- [Required action]
The answer must be a single number: how many lines in this listing hold the word "more".

======== Supplied material ========

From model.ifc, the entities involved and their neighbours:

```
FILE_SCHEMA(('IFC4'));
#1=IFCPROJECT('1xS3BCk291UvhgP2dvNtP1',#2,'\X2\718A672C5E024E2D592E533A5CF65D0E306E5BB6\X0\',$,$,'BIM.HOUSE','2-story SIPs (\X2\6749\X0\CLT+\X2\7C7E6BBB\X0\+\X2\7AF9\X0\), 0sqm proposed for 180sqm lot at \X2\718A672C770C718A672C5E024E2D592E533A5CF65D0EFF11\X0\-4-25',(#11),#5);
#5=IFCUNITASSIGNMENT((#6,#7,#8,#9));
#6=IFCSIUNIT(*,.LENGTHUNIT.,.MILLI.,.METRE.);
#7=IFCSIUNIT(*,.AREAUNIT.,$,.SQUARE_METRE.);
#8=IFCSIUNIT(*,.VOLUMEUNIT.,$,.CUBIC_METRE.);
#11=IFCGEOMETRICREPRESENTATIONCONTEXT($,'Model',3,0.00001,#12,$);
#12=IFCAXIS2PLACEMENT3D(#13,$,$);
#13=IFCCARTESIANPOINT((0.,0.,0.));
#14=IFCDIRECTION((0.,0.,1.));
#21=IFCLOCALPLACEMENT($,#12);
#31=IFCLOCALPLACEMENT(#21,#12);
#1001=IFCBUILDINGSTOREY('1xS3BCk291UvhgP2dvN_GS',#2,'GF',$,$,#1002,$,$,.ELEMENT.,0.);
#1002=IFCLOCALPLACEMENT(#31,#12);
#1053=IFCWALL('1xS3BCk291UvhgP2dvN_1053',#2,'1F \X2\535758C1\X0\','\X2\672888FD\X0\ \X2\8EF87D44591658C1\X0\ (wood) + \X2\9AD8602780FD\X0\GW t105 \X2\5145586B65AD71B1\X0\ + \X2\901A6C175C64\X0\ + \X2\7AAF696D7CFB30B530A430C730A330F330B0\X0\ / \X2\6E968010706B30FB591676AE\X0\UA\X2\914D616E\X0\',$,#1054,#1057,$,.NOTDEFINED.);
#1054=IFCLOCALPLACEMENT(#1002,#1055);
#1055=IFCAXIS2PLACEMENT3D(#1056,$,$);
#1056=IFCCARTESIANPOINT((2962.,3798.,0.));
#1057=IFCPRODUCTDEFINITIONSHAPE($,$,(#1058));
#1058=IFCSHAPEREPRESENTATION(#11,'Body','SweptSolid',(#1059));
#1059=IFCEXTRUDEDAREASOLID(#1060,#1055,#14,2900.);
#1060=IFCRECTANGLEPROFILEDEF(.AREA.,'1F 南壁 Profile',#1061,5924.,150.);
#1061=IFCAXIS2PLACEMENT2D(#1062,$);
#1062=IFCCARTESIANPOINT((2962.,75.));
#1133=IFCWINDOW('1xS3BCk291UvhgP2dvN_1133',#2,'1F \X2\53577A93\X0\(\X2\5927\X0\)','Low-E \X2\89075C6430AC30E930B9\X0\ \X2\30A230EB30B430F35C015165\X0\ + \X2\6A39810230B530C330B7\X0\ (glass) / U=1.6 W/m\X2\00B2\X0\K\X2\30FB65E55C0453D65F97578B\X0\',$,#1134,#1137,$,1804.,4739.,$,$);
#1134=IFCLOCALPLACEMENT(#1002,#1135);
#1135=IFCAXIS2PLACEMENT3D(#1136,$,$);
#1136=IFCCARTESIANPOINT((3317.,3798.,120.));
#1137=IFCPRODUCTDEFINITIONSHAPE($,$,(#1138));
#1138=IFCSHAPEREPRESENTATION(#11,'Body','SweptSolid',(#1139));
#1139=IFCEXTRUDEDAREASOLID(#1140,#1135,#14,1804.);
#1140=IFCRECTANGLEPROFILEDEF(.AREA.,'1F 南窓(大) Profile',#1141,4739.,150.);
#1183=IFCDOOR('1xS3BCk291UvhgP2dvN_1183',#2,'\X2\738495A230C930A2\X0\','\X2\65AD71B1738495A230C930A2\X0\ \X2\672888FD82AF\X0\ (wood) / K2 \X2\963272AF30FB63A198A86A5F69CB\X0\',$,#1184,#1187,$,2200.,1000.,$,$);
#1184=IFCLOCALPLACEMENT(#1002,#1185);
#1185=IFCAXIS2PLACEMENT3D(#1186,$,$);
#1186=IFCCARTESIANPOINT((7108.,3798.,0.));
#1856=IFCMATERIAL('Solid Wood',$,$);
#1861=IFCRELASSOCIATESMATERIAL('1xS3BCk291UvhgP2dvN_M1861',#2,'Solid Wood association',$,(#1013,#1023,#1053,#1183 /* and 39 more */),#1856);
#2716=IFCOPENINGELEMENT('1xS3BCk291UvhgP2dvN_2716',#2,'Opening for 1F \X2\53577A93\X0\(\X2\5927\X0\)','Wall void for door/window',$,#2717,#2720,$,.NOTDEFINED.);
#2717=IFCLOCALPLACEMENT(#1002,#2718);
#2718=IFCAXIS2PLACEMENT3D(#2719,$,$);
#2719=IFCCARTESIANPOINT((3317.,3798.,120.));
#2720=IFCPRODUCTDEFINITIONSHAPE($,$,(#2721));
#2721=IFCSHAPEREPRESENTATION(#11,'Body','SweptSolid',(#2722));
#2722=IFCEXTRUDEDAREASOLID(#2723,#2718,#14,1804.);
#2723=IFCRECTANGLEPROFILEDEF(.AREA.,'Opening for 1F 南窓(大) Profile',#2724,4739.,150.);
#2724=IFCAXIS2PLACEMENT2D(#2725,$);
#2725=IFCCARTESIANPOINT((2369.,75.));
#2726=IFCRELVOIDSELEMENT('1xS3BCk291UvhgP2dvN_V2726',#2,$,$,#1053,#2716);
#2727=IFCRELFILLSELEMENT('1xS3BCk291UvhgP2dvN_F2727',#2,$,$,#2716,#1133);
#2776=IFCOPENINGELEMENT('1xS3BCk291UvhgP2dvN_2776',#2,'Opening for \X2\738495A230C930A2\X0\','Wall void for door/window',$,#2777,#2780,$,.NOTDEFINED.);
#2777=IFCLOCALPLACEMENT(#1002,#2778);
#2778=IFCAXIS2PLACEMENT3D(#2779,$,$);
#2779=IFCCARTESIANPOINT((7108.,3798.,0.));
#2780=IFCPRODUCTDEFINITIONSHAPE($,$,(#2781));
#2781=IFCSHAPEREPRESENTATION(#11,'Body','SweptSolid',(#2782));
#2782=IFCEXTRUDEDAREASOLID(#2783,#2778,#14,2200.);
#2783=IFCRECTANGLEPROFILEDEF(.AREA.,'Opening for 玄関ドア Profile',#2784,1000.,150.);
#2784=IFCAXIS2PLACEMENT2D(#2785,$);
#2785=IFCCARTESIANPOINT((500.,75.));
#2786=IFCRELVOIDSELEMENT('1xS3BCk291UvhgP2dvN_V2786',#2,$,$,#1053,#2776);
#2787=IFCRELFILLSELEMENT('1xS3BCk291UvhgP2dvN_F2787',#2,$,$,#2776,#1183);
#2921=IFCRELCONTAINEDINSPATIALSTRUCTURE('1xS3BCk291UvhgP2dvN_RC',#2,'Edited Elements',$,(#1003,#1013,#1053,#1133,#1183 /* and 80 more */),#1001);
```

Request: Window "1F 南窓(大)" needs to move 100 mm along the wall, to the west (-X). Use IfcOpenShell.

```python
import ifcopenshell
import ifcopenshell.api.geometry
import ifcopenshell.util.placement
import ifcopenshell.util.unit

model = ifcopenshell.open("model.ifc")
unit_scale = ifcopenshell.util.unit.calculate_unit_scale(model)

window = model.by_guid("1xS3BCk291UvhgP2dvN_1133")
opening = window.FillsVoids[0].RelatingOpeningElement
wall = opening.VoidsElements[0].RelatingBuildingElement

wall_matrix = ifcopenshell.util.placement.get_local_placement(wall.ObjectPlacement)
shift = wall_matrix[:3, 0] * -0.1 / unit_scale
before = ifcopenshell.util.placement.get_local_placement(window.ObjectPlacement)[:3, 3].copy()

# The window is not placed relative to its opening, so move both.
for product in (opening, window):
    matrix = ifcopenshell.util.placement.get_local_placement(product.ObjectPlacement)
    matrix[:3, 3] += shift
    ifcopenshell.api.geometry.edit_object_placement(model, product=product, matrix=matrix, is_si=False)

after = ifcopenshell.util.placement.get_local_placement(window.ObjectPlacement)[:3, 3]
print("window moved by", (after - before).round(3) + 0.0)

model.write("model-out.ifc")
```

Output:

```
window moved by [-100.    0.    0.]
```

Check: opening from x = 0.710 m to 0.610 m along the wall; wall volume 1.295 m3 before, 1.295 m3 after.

========

- [Response to this exercise]
2